To listen to Youtube videos at 2x, opt-in to using Youtube’s html5 player here. Obviously, you need an html5-enabled browser, but if you’re using a recent version of Chrome, Firefox, or Opera like a civilized human being, you should be fine. Once you’ve opted in, you should see the below cog icon on Youtube videos. As a first experiment, try watching Andrew Stanton’s excellent TEDTalk about storytelling at 2x.

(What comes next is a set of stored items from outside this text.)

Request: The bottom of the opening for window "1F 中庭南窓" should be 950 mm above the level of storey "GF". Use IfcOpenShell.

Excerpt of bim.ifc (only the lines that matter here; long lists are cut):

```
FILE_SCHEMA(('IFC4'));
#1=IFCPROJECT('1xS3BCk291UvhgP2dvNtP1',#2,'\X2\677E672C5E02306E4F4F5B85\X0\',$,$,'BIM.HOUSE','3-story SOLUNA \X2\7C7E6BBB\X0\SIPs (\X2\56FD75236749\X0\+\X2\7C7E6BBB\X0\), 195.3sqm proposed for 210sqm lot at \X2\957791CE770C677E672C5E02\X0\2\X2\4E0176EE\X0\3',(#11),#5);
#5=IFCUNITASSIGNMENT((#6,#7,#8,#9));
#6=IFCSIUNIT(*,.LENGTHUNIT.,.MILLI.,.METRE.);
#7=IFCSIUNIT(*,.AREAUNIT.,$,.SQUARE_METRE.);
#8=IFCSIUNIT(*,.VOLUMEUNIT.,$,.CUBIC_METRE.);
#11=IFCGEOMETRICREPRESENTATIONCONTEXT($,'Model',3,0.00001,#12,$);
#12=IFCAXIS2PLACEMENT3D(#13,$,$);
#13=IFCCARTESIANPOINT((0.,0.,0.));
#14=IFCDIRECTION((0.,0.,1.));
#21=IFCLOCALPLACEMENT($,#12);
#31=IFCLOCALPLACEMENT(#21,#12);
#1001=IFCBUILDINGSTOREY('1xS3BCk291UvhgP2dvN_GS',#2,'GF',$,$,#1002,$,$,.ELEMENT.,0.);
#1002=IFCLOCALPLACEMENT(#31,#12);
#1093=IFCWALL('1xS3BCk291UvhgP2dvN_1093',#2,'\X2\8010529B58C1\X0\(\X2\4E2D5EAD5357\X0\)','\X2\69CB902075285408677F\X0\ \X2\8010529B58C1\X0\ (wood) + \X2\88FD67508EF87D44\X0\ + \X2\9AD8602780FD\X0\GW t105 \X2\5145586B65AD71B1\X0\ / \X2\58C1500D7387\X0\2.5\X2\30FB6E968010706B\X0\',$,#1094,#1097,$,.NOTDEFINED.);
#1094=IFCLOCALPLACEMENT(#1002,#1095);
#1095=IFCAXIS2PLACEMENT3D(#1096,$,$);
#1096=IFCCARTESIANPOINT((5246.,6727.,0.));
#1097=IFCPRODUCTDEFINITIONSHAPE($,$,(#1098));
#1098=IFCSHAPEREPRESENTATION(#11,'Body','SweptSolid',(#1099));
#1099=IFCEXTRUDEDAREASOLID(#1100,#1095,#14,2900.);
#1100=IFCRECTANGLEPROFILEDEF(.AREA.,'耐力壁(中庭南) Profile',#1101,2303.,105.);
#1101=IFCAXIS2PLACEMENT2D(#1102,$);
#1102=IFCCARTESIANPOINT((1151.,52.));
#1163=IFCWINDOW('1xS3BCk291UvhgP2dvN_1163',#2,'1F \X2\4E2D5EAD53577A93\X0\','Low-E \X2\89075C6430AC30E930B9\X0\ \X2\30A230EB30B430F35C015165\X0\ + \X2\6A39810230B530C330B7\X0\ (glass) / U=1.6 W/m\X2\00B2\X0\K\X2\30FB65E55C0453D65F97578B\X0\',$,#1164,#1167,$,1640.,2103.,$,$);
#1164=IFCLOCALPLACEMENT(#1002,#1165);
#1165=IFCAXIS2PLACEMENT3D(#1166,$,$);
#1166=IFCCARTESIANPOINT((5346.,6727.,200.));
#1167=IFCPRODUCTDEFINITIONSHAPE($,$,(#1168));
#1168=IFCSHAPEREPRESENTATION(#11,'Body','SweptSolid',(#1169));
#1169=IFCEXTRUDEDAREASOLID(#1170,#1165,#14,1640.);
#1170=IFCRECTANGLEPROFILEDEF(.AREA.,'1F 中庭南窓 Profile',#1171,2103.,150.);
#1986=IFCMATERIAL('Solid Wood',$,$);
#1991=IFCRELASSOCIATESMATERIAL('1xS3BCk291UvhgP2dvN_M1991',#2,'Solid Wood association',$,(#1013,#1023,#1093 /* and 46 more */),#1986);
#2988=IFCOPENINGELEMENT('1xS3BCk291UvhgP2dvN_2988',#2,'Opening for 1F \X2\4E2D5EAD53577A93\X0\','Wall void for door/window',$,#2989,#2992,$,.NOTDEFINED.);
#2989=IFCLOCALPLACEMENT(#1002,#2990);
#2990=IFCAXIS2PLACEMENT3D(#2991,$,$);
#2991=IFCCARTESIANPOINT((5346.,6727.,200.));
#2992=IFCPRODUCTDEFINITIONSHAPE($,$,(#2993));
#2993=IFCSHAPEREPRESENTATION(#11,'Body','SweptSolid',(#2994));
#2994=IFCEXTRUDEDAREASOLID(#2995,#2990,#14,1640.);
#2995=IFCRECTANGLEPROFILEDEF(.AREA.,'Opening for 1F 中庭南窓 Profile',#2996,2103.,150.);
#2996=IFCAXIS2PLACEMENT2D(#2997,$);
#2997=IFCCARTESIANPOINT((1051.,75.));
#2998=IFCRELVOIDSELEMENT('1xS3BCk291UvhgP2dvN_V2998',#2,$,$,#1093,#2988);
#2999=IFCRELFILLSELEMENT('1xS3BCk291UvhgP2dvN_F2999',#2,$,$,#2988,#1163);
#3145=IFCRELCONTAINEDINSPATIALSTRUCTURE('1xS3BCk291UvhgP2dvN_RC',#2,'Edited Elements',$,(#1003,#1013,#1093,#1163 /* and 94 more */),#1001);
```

```python
import numpy as np
import ifcopenshell
import ifcopenshell.api.geometry
import ifcopenshell.geom
import ifcopenshell.util.element
import ifcopenshell.util.placement
import ifcopenshell.util.shape
import ifcopenshell.util.unit

model = ifcopenshell.open("bim.ifc")
unit_scale = ifcopenshell.util.unit.calculate_unit_scale(model)

window = model.by_guid("1xS3BCk291UvhgP2dvN_1163")
opening = window.FillsVoids[0].RelatingOpeningElement
storey = ifcopenshell.util.element.get_container(window, ifc_class="IfcBuildingStorey")
level = ifcopenshell.util.placement.get_local_placement(storey.ObjectPlacement)[2, 3]

# The opening's origin need not be at the sill, so measure its lowest point.
shape = ifcopenshell.geom.create_shape(ifcopenshell.geom.settings(), opening)
bottom = ifcopenshell.util.shape.get_shape_bottom_elevation(shape, shape.geometry) / unit_scale
dz = level + 0.95 / unit_scale - bottom

shift = np.array([0.0, 0.0, dz])
# The window is not placed relative to its opening, so move both.
for product in (opening, window):
    matrix = ifcopenshell.util.placement.get_local_placement(product.ObjectPlacement)
    matrix[:3, 3] += shift
    ifcopenshell.api.geometry.edit_object_placement(model, product=product, matrix=matrix, is_si=False)

print(f"moved by {dz * unit_scale:+.3f} m")

model.write("bim_edited.ifc")
```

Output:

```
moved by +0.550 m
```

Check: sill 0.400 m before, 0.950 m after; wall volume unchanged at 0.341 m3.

Listening to mp3’s at 2x is also extremely simple. My preferred approach uses VLC media player, but, if you’re willing to take the questionable risk of allowing Apple products on your computer, Quicktime player works just as well. In VLC’s top menu bar, Playback -> Speed -> Faster increases the current playback speed by 50%. Make sure you do this twice to get to our desired 2x playback speed.


Get Focused

One of the obvious difficulties inherent to listening to 2x playback speed audio is you miss more when you lose focus. You can get away with distractions when listening to talks with a lot of fluff, like the storytelling TEDTalk above, but if you lose focus for 30 seconds when listening to a Bulletproof Exec podcast because of a gchat notification, you’re going to be lost. When listening to 2x audio, you should channel the guy from My New Haircut and don’t let anything or anyone interrupt you while you’re in the zone. Here’s a couple tips to cut down on your distractions:

1) Exit out of all email tabs, IM clients, Facebook, and any other notification-generating apps. This includes putting your phone on silent.

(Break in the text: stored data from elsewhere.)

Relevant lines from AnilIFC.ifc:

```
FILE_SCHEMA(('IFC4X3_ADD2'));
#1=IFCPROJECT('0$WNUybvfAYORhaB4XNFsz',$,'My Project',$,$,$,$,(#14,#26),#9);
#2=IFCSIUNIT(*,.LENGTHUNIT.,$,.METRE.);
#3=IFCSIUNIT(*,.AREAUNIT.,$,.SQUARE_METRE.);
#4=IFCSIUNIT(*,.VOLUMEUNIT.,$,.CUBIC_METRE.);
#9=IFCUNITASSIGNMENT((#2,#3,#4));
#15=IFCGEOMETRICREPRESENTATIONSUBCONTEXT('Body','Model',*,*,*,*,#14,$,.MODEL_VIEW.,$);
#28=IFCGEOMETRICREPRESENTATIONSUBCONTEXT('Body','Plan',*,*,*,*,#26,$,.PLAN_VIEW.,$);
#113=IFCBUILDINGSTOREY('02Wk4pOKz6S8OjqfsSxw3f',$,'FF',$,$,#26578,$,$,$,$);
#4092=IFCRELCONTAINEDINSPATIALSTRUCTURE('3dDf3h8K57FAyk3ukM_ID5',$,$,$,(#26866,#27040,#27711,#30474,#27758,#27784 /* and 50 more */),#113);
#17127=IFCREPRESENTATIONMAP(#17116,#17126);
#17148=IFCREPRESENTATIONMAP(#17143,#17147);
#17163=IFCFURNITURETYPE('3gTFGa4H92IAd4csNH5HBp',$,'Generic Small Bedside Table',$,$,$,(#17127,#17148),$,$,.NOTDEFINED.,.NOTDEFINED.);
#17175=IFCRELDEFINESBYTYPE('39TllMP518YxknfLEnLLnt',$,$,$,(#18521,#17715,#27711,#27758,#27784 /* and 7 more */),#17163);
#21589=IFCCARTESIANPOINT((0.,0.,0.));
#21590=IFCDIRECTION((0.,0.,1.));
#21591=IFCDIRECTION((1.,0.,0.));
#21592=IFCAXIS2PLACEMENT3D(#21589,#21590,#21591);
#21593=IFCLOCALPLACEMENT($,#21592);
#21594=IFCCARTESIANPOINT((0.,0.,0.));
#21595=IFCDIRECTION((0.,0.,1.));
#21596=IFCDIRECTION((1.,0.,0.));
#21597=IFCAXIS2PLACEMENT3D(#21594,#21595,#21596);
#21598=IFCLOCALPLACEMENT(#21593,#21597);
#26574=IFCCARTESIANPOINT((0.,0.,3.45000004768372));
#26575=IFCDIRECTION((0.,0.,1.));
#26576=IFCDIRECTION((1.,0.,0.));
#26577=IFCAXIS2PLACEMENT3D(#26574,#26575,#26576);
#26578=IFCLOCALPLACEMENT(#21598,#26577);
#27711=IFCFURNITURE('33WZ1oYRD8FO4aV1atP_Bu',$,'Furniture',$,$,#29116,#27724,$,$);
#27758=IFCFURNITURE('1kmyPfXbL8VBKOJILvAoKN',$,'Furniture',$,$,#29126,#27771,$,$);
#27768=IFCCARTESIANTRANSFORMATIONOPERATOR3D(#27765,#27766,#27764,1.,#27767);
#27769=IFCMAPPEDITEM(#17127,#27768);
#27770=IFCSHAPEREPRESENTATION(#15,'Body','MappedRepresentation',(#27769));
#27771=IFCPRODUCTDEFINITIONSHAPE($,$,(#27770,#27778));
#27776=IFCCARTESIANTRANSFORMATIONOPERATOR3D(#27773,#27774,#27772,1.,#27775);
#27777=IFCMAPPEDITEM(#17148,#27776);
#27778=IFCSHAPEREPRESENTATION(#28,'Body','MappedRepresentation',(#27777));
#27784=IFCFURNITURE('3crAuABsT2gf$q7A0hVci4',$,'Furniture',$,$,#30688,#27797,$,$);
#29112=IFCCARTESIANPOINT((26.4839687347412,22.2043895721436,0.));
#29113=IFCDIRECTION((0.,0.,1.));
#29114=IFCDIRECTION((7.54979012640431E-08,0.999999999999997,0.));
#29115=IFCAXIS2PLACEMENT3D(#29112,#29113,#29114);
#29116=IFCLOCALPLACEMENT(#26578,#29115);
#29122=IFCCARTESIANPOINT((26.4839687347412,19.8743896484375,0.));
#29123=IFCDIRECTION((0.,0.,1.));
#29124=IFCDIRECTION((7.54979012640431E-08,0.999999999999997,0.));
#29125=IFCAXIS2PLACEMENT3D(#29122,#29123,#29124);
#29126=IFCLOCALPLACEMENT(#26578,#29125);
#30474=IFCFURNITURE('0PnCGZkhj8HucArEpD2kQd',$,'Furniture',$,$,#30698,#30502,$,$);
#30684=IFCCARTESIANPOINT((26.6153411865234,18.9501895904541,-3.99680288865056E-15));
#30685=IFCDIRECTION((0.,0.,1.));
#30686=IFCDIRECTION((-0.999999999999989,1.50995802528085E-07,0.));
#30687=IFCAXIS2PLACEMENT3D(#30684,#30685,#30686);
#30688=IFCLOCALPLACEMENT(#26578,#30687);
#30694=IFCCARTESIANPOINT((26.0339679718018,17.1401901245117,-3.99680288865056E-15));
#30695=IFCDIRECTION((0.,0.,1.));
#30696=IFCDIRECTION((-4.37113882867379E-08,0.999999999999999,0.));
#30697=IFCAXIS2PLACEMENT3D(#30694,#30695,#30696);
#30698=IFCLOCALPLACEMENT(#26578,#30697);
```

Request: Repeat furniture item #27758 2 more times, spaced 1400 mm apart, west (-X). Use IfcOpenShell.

```python
import numpy as np
import ifcopenshell
import ifcopenshell.api.geometry
import ifcopenshell.api.root
import ifcopenshell.util.element
import ifcopenshell.util.placement
import ifcopenshell.util.unit

model = ifcopenshell.open("AnilIFC.ifc")
unit_scale = ifcopenshell.util.unit.calculate_unit_scale(model)

source = model.by_guid("1kmyPfXbL8VBKOJILvAoKN")
base = ifcopenshell.util.placement.get_local_placement(source.ObjectPlacement)
step = np.array([-1.0, 0.0, 0.0]) * 1.4 / unit_scale

for i in range(1, 3):
    copy = ifcopenshell.api.root.copy_class(model, product=source)
    copy.Representation = ifcopenshell.util.element.copy_deep(
        model, source.Representation, exclude=["IfcGeometricRepresentationContext", "IfcRepresentationMap"]
    )
    matrix = base.copy()
    matrix[:3, 3] += i * step
    print("added at", matrix[:3, 3].round(3) + 0.0)
    ifcopenshell.api.geometry.edit_object_placement(model, product=copy, matrix=matrix, is_si=False)

model.write("AnilIFC_rev.ifc")
```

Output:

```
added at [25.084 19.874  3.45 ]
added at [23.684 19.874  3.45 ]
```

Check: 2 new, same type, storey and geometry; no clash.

2) Don’t actually watch the corresponding video. Unless somebody’s drawing a diagram, the visuals of the talk don’t contribute much to the actual content, and can be a source of distraction. Instead, point your browser to a very static and very boring page, like my personal favorite,

3) Binaural beats are a simple and powerful biohack that really help get your mind in the proper state for absorbing information. At a high level, binaural beats consist of two tones played at slightly different frequencies through your headphones. For example, one ear hears a 310 Hz tone, the other a 300 Hz tone, which helps entrain 10 Hz brain waves, i.e. alpha and mu waves. The theory is simple enough, so I recommend you head over to this Youtube channel and try it!

Personally, I usually start a 12 Hz binaural beat shortly before listening to a talk or podcast at 2x and keep it playing throughout. Not only do binaural beats help optimize your mental state, but they also provide a consistent baseline of sound to block out extraneous noise from your home, office, or crowded commuter train. Conventional wisdom around binaural beats usually says that a 8-10 Hz beat is optimal for learning new information, but 12 Hz works better in my own highly unquantified N=1 experiment.


I hope this information helps you get started in optimizing your information consumption. As a developer, I’m all about efficiency. And after starting this routine, I’ve been able to regularly digest my favorite online audio content in half the time, which has been a huge win.